Introduction
We live on a blue planet and, although much of the water is in the oceans, it can be argued that there is abundant freshwater to sustain human society: some 93,000 km3 is in lakes and rivers alone and much more is stored in groundwater or as ice1. However, freshwater is not distributed uniformly in space or time across the globe, nor often in relation to patterns of human settlement. To compound this problem, intensive human activities have further diminished available water supplies through overuse and pollution from point and non-point sources. As a consequence, 80% of the world's population is exposed to high levels of threat to water security (Vörösmarty et al., 2010).

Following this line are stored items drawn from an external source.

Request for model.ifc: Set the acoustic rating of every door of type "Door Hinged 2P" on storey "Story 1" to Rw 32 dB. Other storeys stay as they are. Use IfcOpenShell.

First a look at what the model holds.

```python
import ifcopenshell
import ifcopenshell.util.element

model = ifcopenshell.open("model.ifc")
print(model.schema)
storey = next(s for s in model.by_type("IfcBuildingStorey") if s.Name == "Story 1")
doors = [e for e in ifcopenshell.util.element.get_decomposition(storey) if e.is_a("IfcDoor")]
seen = {}
for e in doors:
    element_type = ifcopenshell.util.element.get_type(e)
    key = (element_type.Name if element_type != e and element_type else None, ifcopenshell.util.element.get_pset(e, "Pset_DoorCommon", "AcousticRating"))
    seen[key] = seen.get(key, 0) + 1
for (name, value), count in sorted(seen.items(), key=str):
    print(count, "x", name, "|", value)
```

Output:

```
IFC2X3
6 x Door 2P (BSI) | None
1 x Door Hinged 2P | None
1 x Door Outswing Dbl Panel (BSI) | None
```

```python
import ifcopenshell
import ifcopenshell.api.pset
import ifcopenshell.util.element

model = ifcopenshell.open("model.ifc")

storey = next(s for s in model.by_type("IfcBuildingStorey") if s.Name == "Story 1")
doors = [e for e in ifcopenshell.util.element.get_decomposition(storey) if e.is_a("IfcDoor")]

count = 0
for e in doors:
    element_type = ifcopenshell.util.element.get_type(e)
    if element_type in (None, e) or element_type.Name != "Door Hinged 2P":
        continue
    # add_pset returns the element's existing set when there is one.
    pset = ifcopenshell.api.pset.add_pset(model, product=e, name="Pset_DoorCommon")
    ifcopenshell.api.pset.edit_pset(model, pset=pset, properties={"AcousticRating": "Rw 32 dB"})
    count += 1

print(count, "doors updated")

model.write("model_updated.ifc")
```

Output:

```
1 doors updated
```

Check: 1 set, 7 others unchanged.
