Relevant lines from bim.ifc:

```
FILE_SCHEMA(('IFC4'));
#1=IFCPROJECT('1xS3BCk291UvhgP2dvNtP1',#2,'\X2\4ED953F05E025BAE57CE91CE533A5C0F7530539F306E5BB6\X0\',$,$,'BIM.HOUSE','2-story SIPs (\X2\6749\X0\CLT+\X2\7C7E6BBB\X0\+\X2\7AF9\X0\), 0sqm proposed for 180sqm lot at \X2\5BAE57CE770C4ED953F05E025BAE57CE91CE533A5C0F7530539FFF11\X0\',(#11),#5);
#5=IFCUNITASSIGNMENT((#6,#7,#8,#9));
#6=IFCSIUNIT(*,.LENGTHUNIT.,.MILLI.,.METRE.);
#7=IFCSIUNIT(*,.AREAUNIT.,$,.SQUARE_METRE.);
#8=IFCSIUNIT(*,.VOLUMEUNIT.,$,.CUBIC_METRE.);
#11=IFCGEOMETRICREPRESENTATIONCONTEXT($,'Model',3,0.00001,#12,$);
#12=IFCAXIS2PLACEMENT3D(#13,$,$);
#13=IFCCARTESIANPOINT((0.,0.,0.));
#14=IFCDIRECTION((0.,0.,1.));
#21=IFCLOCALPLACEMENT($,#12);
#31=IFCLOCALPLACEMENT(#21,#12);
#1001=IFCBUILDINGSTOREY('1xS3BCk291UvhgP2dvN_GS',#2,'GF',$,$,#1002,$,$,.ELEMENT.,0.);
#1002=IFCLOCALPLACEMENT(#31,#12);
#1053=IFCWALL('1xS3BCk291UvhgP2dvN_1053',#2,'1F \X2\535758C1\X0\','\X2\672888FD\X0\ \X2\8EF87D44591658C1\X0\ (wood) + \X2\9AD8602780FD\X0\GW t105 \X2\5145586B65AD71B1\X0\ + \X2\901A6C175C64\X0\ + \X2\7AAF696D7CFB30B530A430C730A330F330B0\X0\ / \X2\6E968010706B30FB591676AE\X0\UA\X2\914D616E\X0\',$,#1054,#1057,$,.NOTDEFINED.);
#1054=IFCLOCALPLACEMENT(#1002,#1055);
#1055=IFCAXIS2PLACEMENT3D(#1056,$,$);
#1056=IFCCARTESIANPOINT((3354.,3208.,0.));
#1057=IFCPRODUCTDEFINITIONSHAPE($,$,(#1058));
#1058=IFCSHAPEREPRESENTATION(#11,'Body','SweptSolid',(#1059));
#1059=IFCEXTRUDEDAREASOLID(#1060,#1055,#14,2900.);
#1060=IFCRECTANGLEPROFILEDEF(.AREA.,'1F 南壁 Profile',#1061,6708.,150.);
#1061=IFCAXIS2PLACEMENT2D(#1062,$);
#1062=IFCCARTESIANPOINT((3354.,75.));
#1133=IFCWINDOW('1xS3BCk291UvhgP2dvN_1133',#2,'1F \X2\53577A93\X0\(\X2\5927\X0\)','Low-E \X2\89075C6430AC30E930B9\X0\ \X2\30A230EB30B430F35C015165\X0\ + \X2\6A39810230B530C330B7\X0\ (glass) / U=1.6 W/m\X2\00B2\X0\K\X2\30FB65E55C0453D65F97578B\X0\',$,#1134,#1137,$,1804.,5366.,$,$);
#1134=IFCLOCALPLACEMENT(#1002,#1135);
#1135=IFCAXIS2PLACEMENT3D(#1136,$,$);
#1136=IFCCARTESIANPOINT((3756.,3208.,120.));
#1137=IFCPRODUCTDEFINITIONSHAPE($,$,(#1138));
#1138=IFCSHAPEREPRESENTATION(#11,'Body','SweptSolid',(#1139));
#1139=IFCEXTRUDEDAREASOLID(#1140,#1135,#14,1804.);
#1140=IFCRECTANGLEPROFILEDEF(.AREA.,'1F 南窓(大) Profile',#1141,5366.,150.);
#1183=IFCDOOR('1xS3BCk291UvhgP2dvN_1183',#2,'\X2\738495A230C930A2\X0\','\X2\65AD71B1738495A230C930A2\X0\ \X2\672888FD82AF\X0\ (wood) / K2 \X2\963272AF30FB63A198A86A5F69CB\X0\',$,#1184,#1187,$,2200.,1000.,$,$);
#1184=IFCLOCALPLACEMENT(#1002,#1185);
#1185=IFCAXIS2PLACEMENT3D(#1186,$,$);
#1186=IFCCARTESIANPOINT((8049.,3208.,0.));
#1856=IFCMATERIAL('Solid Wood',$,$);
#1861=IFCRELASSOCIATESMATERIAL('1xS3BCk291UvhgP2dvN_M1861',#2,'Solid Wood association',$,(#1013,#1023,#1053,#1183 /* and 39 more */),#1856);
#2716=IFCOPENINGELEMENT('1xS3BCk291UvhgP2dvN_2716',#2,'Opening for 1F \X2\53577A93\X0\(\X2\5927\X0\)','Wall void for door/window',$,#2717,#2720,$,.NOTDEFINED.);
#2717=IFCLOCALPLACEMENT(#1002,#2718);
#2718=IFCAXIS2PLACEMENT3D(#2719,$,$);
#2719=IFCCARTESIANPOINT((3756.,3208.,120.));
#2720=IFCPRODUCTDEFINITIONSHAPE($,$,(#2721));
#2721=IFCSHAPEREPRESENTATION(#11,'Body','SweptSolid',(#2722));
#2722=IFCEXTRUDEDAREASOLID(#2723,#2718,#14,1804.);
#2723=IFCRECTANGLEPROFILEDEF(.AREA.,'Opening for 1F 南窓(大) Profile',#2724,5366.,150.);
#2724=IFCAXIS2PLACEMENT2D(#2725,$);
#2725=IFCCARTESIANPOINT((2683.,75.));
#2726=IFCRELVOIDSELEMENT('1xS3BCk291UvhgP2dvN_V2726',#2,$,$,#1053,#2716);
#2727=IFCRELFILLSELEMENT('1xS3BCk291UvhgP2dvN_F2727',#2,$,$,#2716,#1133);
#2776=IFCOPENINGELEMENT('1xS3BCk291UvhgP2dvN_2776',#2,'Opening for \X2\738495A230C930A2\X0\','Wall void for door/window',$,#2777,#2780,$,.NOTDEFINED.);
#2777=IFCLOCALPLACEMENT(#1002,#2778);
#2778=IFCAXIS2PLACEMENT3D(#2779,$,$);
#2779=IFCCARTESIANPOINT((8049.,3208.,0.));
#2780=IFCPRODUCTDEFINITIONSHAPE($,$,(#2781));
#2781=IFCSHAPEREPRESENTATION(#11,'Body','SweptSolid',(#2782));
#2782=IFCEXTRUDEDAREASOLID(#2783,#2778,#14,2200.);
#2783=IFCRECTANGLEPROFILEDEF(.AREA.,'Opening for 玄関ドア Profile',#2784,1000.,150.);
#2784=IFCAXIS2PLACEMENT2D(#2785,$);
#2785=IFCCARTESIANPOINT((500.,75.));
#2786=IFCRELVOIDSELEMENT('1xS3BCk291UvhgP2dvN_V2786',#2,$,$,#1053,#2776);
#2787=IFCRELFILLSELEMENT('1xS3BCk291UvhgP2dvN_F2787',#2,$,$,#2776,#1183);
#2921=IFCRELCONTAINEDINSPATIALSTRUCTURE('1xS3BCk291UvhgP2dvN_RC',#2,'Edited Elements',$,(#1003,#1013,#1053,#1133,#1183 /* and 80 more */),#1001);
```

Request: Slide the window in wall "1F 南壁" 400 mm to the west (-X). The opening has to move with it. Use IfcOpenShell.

```python
import ifcopenshell
import ifcopenshell.api.geometry
import ifcopenshell.util.placement

model = ifcopenshell.open("bim.ifc")

window = model.by_id(1133)
opening = window.FillsVoids[0].RelatingOpeningElement
wall = opening.VoidsElements[0].RelatingBuildingElement

wall_matrix = ifcopenshell.util.placement.get_local_placement(wall.ObjectPlacement)
shift = wall_matrix[:3, 0] * -400.0
before = ifcopenshell.util.placement.get_local_placement(window.ObjectPlacement)[:3, 3].copy()

# The window is not placed relative to its opening, so move both.
for product in (opening, window):
    matrix = ifcopenshell.util.placement.get_local_placement(product.ObjectPlacement)
    matrix[:3, 3] += shift
    ifcopenshell.api.geometry.edit_object_placement(model, product=product, matrix=matrix, is_si=False)

after = ifcopenshell.util.placement.get_local_placement(window.ObjectPlacement)[:3, 3]
print("window moved by", (after - before).round(3) + 0.0)

model.write("bim-out.ifc")
```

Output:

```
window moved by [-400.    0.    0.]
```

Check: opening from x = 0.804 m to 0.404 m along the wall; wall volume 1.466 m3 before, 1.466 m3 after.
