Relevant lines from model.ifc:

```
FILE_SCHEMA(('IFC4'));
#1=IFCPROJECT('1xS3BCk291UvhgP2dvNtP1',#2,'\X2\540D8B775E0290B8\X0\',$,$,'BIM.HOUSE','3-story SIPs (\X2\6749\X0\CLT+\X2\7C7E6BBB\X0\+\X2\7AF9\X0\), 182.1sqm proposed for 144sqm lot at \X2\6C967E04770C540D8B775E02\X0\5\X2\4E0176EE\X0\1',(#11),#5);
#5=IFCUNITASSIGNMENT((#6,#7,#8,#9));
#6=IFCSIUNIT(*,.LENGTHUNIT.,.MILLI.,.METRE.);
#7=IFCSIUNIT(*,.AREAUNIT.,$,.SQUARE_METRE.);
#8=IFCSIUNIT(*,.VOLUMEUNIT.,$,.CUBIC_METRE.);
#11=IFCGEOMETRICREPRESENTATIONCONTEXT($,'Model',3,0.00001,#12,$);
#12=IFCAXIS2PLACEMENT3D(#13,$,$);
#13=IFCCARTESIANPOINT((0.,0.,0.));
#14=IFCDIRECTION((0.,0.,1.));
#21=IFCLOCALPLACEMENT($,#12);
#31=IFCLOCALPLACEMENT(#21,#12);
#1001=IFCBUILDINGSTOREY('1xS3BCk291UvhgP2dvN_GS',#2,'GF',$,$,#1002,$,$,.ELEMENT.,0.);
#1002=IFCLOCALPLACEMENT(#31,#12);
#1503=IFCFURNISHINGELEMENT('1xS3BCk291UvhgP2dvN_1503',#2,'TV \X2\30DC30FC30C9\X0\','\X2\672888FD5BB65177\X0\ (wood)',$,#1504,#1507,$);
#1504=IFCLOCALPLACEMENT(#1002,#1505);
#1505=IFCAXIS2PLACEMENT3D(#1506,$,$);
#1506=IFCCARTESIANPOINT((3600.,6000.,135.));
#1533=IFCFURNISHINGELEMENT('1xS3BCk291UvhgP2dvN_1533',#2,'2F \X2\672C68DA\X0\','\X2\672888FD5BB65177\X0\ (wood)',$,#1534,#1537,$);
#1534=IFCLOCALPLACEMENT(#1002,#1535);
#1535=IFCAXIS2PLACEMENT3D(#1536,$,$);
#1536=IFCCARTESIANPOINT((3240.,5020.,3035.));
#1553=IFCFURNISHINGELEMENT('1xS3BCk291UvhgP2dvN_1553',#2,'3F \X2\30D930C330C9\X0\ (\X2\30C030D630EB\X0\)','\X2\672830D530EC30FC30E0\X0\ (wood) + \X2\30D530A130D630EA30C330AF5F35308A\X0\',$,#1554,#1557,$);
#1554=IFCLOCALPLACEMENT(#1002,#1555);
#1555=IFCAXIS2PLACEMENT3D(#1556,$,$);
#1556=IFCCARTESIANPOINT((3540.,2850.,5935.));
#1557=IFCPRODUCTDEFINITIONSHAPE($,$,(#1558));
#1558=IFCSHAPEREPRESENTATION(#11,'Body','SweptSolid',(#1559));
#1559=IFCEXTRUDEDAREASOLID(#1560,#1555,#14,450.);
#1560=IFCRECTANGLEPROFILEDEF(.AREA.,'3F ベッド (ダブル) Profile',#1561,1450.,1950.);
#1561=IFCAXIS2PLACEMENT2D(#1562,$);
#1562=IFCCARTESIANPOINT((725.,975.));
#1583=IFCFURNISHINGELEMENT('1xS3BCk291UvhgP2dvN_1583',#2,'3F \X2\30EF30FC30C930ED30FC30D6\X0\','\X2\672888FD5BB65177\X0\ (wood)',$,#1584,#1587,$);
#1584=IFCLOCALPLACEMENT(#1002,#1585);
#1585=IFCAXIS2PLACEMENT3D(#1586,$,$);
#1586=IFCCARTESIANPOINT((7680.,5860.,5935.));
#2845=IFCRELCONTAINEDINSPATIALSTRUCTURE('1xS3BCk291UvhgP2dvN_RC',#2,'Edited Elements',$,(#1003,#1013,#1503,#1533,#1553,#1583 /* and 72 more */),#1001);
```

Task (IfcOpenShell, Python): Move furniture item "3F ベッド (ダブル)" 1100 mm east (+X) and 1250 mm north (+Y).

```python
import ifcopenshell
import ifcopenshell.api.geometry
import ifcopenshell.util.placement
import ifcopenshell.util.unit

model = ifcopenshell.open("model.ifc")
unit_scale = ifcopenshell.util.unit.calculate_unit_scale(model)

item = model.by_guid("1xS3BCk291UvhgP2dvN_1553")
matrix = ifcopenshell.util.placement.get_local_placement(item.ObjectPlacement)
matrix[0, 3] += 1.1 / unit_scale
matrix[1, 3] += 1.25 / unit_scale
ifcopenshell.api.geometry.edit_object_placement(model, product=item, matrix=matrix, is_si=False)

print(ifcopenshell.util.placement.get_local_placement(item.ObjectPlacement).round(3) + 0.0)

model.write("model_rev.ifc")
```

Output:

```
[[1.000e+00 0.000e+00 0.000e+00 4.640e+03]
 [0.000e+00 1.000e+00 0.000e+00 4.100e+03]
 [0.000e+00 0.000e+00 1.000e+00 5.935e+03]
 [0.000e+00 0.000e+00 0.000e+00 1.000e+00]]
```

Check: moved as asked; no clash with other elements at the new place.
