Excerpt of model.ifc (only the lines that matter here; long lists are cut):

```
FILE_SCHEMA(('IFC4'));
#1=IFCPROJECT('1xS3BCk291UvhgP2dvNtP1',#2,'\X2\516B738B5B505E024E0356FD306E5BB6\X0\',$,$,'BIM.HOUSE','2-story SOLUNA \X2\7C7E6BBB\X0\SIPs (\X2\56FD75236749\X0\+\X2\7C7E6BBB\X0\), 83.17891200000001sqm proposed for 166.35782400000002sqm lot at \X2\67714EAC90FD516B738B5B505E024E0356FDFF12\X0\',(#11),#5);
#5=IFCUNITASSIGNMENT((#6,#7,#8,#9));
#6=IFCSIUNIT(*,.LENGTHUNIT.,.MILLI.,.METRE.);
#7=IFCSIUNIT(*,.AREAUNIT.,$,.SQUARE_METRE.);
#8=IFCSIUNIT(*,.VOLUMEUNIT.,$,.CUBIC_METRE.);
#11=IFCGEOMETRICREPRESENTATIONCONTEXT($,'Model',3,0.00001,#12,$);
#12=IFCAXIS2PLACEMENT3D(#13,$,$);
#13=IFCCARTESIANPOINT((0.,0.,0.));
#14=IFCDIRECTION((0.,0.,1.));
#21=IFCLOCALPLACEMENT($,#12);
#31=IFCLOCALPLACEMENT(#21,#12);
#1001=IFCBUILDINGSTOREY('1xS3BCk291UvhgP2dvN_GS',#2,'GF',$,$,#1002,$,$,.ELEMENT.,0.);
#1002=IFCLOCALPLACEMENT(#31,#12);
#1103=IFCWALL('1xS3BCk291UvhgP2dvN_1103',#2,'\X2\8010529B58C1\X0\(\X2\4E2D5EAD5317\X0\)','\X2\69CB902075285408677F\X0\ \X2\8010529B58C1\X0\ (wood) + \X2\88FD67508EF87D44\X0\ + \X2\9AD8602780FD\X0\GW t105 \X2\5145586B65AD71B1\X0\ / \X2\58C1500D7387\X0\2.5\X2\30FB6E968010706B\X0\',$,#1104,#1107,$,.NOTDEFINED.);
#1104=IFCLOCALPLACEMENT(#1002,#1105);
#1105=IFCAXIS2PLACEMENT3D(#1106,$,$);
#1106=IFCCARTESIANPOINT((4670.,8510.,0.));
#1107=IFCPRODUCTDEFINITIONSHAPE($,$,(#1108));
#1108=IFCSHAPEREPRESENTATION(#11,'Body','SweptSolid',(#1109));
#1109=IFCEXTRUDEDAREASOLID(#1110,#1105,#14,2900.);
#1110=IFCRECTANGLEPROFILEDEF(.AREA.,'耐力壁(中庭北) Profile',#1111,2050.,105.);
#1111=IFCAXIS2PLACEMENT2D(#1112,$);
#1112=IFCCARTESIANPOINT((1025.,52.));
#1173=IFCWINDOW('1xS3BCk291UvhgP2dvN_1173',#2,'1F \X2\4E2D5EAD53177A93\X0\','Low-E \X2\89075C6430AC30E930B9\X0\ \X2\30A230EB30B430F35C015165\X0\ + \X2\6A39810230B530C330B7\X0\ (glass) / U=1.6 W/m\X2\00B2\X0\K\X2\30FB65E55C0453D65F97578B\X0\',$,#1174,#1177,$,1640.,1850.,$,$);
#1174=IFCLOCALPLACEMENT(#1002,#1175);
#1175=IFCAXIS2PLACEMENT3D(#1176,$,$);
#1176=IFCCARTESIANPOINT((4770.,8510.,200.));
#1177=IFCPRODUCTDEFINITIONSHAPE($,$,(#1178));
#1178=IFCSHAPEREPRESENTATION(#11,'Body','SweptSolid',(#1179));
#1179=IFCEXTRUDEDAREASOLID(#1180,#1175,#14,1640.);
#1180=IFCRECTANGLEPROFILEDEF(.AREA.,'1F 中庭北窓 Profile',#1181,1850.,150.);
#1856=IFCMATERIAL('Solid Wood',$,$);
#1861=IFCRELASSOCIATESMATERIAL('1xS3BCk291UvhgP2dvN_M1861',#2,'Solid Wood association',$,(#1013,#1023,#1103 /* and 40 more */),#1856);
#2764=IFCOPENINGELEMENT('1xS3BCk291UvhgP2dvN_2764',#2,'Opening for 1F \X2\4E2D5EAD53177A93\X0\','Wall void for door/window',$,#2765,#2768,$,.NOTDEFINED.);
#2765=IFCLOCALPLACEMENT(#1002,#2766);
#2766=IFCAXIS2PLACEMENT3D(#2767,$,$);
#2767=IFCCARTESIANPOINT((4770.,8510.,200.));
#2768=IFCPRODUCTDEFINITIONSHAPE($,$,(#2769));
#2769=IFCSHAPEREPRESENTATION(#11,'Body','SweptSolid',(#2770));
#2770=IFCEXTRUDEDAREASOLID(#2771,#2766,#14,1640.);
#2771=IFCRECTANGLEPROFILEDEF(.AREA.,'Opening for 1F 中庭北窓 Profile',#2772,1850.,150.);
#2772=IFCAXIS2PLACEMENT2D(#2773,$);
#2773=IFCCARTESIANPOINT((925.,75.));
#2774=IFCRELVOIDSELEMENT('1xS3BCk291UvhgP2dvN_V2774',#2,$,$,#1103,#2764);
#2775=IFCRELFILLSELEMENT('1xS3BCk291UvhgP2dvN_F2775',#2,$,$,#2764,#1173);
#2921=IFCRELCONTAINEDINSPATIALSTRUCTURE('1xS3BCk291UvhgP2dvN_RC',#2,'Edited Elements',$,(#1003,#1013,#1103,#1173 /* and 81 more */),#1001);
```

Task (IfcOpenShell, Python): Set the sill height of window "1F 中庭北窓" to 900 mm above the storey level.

```python
import numpy as np
import ifcopenshell
import ifcopenshell.api.geometry
import ifcopenshell.geom
import ifcopenshell.util.element
import ifcopenshell.util.placement
import ifcopenshell.util.shape
import ifcopenshell.util.unit

model = ifcopenshell.open("model.ifc")
unit_scale = ifcopenshell.util.unit.calculate_unit_scale(model)

window = model.by_guid("1xS3BCk291UvhgP2dvN_1173")
opening = window.FillsVoids[0].RelatingOpeningElement
storey = ifcopenshell.util.element.get_container(window, ifc_class="IfcBuildingStorey")
level = ifcopenshell.util.placement.get_local_placement(storey.ObjectPlacement)[2, 3]

# The opening's origin need not be at the sill, so measure its lowest point.
shape = ifcopenshell.geom.create_shape(ifcopenshell.geom.settings(), opening)
bottom = ifcopenshell.util.shape.get_shape_bottom_elevation(shape, shape.geometry) / unit_scale
dz = level + 0.9 / unit_scale - bottom

shift = np.array([0.0, 0.0, dz])
# The window is not placed relative to its opening, so move both.
for product in (opening, window):
    matrix = ifcopenshell.util.placement.get_local_placement(product.ObjectPlacement)
    matrix[:3, 3] += shift
    ifcopenshell.api.geometry.edit_object_placement(model, product=product, matrix=matrix, is_si=False)

print(f"moved by {dz * unit_scale:+.3f} m")

model.write("model_edited.ifc")
```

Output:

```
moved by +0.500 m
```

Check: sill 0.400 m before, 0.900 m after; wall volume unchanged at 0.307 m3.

In the developed world, massive investments in water infrastructure have been made to offset the threat to human water security (Vörösmarty et al., 2010). However, these technical and primarily “end-of-pipe” solutions have come at considerable cost to the natural environment and there has been no similar level of investment to protect aquatic ecosystems. As a result, the threat to freshwater biodiversity remains high in much of the developed and developing world. Declining water quality and quantity, habitat modification, overfishing, and biological invasions pose major threats across the globe (Dudgeon et al., 2006).
These human pressures continue to grow with no sign of abating (Vörösmarty et al., 2013) and are likely to dominate the threats to most freshwater ecosystems over the next three decades (Settele et al., 2014). Climate change will compound these problems and is already affecting freshwater ecosystems in regions that until now have been relatively unimpaired by human activity. Rising water temperatures are driving shifts in freshwater species distributions and will worsen water quality problems, especially in systems with high loading of nutrients (Settele et al., 2014). Changes in precipitation will substantially alter ecologically important attributes of flow regimes in many rivers and wetlands (Döll and Bunn, 2014). Many of these environmental changes impact on important goods and services provided by freshwater ecosystems (e.g., clean water, fisheries) and will further compound the challenges for human water security.
There is little dispute that we have entered the Anthropocene for freshwater ecosystems. Reference to “water shortages” began to rise in English publications at the start of the last century but declined in prevalence in the 1970's, associated with an increase in the use of the term “water crisis” (Figure 1). Throughout this period, the term “water demand” has continued to increase in prevalence and “global water crisis” has emerged as a new moniker for the twenty-first century. Our past approach to water management is unlikely to meet growing human water needs in the face of accelerated change to our freshwater ecosystems, let alone address the consequences of continuing environmental decline.
Figure 1. Google NGram2 view of the relative prevalence of the terms “water shortage,” “water demand,” “water crisis,” and “global water crisis” in books published in English from 1900–2015 (5 year smoothing).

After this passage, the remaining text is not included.